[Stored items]
——————————
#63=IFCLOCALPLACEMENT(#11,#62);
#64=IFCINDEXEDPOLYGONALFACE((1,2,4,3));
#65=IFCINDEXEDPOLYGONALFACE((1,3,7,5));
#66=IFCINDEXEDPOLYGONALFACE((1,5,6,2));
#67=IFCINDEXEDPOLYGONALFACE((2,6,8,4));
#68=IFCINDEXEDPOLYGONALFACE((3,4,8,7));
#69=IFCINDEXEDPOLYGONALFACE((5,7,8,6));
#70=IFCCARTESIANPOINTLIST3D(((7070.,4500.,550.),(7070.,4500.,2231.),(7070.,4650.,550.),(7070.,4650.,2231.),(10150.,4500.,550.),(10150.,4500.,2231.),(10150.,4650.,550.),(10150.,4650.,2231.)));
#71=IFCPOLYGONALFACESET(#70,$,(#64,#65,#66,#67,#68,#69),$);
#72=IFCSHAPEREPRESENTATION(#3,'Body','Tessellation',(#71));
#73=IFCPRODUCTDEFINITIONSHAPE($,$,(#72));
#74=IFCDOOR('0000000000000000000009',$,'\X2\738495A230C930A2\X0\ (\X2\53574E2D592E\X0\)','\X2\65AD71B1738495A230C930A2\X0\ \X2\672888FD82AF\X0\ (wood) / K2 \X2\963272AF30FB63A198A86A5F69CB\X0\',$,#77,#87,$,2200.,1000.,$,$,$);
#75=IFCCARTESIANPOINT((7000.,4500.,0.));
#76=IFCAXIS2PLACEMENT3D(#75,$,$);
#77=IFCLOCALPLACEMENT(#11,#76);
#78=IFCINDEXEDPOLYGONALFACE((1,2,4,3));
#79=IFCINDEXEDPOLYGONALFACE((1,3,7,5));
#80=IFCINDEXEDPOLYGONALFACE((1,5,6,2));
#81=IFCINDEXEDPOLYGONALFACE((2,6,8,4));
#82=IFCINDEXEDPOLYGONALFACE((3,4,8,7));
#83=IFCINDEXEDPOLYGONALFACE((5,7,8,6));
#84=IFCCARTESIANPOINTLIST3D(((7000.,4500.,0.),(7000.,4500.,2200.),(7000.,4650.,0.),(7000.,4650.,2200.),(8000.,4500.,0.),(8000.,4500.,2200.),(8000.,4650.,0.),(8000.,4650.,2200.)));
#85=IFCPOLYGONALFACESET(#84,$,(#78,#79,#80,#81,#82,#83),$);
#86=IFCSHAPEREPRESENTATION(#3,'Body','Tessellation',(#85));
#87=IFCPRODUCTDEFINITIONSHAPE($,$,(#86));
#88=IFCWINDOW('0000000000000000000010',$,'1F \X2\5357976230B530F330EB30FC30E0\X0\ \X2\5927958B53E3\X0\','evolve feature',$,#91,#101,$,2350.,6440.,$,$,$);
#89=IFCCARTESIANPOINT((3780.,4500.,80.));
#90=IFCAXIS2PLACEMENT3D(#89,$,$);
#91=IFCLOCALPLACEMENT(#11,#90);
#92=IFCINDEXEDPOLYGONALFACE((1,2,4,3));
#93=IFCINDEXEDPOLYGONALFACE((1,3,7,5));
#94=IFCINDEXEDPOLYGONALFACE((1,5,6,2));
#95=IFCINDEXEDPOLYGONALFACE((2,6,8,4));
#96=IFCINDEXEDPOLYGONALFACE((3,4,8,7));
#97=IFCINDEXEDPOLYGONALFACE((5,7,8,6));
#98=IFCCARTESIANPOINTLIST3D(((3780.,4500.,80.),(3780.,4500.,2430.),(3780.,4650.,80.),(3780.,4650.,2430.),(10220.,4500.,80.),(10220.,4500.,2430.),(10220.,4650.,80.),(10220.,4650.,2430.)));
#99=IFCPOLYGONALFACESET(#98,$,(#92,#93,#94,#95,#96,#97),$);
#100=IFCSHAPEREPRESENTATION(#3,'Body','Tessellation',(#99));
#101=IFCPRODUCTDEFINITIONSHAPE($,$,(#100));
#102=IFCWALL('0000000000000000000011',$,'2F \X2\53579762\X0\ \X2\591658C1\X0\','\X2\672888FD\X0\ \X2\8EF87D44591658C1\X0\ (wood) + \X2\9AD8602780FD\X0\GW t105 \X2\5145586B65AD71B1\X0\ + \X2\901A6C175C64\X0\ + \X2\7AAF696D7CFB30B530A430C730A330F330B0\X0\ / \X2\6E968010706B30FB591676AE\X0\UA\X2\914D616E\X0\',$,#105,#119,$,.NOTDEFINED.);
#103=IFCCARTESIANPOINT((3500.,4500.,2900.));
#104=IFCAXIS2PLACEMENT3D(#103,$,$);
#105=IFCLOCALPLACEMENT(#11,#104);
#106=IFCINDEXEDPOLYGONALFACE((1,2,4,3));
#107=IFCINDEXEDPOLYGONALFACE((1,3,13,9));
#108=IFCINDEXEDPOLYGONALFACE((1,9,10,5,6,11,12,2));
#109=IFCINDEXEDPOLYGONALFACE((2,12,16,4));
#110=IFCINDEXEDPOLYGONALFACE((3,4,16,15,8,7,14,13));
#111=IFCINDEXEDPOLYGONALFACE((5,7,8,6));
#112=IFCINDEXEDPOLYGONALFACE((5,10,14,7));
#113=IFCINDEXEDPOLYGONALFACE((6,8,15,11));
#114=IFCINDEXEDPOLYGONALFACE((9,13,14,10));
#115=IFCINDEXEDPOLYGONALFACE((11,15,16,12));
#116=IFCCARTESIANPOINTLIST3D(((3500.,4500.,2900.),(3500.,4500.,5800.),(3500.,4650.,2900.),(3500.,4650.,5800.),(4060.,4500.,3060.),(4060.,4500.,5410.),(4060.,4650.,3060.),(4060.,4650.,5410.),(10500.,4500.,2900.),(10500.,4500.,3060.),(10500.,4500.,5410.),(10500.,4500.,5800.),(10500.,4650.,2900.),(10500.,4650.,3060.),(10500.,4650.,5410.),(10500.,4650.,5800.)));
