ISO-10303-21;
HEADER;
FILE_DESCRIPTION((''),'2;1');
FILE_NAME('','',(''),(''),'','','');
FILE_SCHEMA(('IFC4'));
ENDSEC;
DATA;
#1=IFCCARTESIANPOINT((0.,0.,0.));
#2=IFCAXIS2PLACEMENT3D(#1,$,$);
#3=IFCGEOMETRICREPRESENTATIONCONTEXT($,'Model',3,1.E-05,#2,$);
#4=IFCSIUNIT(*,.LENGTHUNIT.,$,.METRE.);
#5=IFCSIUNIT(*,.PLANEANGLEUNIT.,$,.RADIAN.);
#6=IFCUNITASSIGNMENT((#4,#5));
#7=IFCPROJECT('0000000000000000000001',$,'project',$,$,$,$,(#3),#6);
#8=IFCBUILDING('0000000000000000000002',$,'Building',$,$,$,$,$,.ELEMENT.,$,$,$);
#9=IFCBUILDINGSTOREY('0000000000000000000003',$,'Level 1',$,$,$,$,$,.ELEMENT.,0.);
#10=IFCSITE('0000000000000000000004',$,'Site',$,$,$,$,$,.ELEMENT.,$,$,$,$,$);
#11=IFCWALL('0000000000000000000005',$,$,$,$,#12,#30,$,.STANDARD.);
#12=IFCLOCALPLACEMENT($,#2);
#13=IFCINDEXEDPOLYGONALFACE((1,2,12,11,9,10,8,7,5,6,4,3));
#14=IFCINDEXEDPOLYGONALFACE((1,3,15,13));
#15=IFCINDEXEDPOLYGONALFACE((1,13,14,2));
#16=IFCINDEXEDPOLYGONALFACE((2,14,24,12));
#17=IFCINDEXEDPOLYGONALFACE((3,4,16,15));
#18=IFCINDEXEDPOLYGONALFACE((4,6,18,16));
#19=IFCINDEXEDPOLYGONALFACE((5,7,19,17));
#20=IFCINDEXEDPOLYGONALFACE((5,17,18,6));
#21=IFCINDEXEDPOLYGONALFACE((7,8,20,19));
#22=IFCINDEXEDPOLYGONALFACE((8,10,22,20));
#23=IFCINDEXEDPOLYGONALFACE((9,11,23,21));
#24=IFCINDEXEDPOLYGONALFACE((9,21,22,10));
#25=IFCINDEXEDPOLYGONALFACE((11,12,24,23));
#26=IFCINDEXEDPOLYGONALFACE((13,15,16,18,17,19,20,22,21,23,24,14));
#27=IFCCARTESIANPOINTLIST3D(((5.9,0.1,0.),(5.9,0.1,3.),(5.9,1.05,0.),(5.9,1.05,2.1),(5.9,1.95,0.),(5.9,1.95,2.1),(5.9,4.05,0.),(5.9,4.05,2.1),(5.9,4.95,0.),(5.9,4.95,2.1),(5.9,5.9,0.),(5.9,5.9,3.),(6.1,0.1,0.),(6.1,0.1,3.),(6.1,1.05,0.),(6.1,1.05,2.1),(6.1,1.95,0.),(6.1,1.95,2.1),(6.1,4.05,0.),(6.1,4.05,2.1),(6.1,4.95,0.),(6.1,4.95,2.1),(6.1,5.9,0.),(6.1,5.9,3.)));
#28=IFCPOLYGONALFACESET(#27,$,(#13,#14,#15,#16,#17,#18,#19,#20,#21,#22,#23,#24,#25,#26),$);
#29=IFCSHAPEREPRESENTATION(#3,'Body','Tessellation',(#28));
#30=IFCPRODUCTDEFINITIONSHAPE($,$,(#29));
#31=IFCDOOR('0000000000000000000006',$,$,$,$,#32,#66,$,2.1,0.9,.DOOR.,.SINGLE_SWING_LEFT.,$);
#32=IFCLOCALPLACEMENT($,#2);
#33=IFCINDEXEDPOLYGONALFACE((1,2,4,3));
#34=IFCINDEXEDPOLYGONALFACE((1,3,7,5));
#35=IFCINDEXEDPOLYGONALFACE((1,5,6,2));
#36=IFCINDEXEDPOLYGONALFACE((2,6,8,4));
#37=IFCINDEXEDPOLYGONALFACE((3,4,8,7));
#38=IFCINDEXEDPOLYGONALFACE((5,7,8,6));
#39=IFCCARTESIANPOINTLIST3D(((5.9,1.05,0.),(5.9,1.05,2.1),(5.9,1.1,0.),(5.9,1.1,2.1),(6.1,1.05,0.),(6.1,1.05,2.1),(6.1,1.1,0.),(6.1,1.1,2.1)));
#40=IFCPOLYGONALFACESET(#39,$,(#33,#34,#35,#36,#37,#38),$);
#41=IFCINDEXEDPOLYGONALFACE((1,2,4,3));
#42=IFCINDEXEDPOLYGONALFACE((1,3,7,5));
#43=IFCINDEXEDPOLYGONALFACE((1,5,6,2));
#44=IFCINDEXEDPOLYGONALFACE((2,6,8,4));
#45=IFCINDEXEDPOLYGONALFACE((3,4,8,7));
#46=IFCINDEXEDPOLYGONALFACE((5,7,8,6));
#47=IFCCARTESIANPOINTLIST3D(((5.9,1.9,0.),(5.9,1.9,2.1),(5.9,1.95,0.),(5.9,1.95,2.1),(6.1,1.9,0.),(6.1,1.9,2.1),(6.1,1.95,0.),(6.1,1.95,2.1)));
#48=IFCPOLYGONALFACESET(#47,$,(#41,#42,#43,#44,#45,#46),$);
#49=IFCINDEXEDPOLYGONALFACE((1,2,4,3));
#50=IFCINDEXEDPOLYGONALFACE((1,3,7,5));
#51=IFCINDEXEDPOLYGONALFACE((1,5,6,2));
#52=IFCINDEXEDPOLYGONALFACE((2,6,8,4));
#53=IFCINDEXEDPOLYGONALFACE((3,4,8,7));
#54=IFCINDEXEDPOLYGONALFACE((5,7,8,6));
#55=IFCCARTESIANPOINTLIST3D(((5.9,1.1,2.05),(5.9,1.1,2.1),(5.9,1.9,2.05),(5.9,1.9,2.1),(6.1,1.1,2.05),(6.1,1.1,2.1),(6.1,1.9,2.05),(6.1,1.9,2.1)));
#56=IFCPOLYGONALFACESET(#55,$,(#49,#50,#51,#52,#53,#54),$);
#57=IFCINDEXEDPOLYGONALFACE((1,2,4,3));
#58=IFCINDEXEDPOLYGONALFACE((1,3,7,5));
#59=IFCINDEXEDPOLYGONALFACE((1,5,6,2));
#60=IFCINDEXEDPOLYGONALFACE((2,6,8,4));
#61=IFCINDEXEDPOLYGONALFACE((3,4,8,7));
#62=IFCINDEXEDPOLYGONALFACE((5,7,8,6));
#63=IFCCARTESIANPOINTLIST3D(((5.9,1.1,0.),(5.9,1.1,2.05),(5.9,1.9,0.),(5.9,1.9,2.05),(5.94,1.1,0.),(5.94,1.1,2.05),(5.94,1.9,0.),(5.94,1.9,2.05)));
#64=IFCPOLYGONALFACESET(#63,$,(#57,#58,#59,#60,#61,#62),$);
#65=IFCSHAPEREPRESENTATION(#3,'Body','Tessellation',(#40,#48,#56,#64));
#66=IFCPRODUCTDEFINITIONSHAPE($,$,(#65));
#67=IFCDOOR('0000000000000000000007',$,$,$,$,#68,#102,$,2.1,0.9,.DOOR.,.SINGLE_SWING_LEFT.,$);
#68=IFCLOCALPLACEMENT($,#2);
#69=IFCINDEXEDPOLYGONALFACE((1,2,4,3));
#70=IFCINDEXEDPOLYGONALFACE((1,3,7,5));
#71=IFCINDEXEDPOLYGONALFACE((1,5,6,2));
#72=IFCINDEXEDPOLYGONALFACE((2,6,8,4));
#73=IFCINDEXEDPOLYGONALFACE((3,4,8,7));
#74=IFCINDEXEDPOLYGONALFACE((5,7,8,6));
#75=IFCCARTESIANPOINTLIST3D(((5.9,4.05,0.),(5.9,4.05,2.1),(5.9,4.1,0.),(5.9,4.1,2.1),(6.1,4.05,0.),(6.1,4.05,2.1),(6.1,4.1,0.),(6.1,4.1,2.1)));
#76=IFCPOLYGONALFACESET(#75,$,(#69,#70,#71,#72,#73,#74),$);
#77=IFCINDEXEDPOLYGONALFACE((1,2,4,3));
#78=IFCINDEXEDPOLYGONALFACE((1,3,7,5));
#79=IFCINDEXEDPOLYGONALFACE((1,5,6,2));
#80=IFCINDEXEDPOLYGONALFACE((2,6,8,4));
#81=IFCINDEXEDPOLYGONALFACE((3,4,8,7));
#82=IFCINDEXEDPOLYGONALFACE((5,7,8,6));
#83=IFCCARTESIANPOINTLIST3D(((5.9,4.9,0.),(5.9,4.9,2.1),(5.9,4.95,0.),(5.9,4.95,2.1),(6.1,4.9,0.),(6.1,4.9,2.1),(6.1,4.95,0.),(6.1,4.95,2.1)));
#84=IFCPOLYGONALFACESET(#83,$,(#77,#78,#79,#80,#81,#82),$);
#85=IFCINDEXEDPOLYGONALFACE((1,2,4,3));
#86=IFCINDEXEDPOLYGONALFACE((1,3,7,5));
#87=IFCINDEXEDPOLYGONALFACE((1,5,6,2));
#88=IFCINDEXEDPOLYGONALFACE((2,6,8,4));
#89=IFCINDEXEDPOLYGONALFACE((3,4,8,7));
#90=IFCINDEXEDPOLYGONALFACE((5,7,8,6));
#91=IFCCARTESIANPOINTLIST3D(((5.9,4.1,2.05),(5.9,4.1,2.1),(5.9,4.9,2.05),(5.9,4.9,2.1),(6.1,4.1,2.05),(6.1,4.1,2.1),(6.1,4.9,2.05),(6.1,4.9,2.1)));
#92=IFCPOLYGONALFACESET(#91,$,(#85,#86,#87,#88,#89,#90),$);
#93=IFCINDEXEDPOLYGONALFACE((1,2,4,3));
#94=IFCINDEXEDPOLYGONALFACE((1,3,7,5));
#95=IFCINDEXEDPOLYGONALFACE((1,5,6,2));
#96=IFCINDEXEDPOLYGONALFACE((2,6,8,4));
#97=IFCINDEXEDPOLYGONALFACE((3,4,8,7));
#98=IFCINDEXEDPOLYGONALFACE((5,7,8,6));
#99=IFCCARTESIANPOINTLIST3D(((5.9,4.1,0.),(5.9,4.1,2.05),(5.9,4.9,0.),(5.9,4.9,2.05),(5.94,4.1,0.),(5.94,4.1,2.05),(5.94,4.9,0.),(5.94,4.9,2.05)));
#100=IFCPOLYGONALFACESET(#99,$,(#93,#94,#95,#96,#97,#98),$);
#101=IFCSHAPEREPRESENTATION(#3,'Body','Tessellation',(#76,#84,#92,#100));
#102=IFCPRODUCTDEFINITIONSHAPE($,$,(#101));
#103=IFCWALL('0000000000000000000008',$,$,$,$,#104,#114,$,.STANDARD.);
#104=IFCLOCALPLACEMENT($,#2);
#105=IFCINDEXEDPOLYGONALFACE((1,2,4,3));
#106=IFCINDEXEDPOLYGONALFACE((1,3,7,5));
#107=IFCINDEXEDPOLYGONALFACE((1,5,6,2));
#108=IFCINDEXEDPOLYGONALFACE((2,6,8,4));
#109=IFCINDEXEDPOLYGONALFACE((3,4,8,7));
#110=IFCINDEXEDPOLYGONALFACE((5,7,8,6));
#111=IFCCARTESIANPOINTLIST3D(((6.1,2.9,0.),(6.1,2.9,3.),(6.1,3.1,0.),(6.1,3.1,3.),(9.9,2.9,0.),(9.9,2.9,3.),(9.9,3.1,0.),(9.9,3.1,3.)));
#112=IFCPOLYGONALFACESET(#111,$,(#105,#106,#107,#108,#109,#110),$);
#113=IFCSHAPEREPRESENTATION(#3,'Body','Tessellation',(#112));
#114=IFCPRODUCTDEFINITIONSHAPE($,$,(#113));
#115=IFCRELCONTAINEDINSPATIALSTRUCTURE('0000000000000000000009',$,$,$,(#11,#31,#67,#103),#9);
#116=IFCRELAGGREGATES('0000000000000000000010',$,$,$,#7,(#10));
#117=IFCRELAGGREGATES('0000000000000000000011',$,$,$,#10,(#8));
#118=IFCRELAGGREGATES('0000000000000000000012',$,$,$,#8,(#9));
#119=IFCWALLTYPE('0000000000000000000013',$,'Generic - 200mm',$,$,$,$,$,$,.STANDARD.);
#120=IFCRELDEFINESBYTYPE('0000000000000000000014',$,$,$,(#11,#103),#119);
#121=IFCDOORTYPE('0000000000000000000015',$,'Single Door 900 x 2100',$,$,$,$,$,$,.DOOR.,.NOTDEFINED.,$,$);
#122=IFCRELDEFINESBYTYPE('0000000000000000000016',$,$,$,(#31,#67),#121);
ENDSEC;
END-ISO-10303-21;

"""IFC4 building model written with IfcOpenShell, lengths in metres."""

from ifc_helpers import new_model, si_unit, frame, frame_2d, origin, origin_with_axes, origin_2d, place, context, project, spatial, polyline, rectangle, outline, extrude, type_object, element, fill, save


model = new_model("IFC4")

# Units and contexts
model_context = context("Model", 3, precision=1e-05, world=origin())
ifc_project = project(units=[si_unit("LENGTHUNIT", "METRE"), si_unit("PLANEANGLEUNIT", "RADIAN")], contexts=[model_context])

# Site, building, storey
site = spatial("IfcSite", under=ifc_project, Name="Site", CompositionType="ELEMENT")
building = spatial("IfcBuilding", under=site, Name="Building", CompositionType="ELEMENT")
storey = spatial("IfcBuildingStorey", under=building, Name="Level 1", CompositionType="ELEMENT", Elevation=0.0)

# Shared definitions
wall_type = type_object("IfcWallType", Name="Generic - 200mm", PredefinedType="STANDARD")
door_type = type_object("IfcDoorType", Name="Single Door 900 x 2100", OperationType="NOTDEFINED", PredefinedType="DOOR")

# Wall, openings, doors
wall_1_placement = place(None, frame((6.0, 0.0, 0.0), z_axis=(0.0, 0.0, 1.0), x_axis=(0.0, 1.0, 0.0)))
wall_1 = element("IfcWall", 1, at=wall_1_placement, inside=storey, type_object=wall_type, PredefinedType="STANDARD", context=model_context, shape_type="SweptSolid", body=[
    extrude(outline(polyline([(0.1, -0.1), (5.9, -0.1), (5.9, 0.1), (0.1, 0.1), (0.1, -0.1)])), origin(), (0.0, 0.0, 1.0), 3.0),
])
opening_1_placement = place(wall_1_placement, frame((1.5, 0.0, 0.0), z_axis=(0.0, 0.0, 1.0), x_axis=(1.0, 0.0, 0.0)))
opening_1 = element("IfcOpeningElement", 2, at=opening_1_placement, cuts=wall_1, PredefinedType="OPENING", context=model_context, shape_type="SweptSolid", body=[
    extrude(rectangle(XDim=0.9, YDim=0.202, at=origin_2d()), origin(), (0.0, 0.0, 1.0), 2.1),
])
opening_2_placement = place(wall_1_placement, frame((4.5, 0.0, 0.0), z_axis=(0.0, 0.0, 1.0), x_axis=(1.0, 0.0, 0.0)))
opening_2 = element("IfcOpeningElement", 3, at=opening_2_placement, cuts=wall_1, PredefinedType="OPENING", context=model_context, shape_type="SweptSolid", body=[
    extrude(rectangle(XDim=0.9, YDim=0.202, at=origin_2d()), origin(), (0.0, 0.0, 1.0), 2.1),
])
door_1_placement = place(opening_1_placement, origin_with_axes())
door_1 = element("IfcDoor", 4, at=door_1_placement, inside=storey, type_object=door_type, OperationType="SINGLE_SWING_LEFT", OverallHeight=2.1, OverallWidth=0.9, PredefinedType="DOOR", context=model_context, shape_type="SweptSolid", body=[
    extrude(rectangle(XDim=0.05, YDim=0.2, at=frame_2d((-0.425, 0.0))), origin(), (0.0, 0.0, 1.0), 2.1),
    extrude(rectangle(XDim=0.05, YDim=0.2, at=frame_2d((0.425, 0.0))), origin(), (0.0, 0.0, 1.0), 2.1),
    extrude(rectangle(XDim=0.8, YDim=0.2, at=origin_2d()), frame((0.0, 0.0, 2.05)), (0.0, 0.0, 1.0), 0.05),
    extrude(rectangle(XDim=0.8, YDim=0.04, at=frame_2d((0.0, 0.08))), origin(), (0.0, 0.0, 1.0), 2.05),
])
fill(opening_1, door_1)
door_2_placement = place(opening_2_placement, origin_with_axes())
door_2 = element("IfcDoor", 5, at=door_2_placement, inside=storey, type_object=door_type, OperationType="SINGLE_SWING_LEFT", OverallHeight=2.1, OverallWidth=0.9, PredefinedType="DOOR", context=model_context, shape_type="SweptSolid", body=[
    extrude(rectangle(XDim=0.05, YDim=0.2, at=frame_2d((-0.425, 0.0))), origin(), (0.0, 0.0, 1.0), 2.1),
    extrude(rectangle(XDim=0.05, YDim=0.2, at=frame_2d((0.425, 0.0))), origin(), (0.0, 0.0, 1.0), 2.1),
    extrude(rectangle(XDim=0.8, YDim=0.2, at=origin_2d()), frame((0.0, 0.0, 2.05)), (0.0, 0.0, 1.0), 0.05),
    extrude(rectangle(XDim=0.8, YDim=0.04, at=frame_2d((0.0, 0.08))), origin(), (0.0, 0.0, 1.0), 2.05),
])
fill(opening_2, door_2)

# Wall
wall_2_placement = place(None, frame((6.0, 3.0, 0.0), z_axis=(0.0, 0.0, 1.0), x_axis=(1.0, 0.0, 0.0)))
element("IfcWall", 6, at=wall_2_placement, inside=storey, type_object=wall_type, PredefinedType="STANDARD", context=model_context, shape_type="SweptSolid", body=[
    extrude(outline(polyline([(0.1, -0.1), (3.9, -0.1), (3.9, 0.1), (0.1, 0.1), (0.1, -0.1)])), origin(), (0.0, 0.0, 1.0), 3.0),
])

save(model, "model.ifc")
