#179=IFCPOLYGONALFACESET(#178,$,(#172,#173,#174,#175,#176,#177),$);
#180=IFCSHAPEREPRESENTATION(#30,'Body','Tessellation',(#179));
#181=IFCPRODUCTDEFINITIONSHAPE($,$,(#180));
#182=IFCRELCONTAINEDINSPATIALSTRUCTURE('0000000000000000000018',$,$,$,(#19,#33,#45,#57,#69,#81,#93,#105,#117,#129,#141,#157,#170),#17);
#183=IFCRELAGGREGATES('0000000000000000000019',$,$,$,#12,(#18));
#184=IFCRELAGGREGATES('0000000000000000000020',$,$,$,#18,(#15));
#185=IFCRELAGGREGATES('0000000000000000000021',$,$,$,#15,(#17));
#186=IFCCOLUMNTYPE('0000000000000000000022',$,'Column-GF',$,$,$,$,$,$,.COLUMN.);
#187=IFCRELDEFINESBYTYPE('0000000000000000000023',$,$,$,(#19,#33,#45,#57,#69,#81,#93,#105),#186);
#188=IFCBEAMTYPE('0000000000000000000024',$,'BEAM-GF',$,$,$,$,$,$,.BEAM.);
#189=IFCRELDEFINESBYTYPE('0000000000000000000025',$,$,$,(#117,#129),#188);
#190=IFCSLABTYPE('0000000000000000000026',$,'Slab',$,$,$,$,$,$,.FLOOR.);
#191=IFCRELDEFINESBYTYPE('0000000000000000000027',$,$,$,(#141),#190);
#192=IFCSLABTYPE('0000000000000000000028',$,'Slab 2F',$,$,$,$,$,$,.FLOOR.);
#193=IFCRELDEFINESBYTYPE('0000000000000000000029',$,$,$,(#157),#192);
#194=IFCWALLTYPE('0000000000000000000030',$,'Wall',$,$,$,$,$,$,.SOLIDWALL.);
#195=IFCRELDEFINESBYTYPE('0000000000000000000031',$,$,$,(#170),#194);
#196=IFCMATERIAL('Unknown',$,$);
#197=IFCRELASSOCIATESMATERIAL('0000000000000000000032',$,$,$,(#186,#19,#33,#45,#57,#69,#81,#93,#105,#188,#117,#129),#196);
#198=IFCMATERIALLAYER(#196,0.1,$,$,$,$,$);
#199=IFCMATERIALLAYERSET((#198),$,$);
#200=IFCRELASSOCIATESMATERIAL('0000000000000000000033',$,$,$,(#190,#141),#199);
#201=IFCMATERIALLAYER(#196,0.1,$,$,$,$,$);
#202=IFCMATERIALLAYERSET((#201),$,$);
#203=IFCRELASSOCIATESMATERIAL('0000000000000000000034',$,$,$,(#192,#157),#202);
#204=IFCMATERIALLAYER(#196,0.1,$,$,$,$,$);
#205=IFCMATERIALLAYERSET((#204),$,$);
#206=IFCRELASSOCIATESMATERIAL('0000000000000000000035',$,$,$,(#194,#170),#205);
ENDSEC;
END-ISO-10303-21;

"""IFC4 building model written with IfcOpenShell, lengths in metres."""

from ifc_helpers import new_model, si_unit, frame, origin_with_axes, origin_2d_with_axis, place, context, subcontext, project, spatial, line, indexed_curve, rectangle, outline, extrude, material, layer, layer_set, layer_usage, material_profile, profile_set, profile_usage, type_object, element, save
——————————
YOUR OBJECTIVE: Please find every line in the records above that holds the word "IFCSIUNIT" and copy it.

SOLUTION TO THE EXERCISE:
#4=IFCSIUNIT(*,.LENGTHUNIT.,$,.METRE.);
#5=IFCSIUNIT(*,.PLANEANGLEUNIT.,$,.RADIAN.);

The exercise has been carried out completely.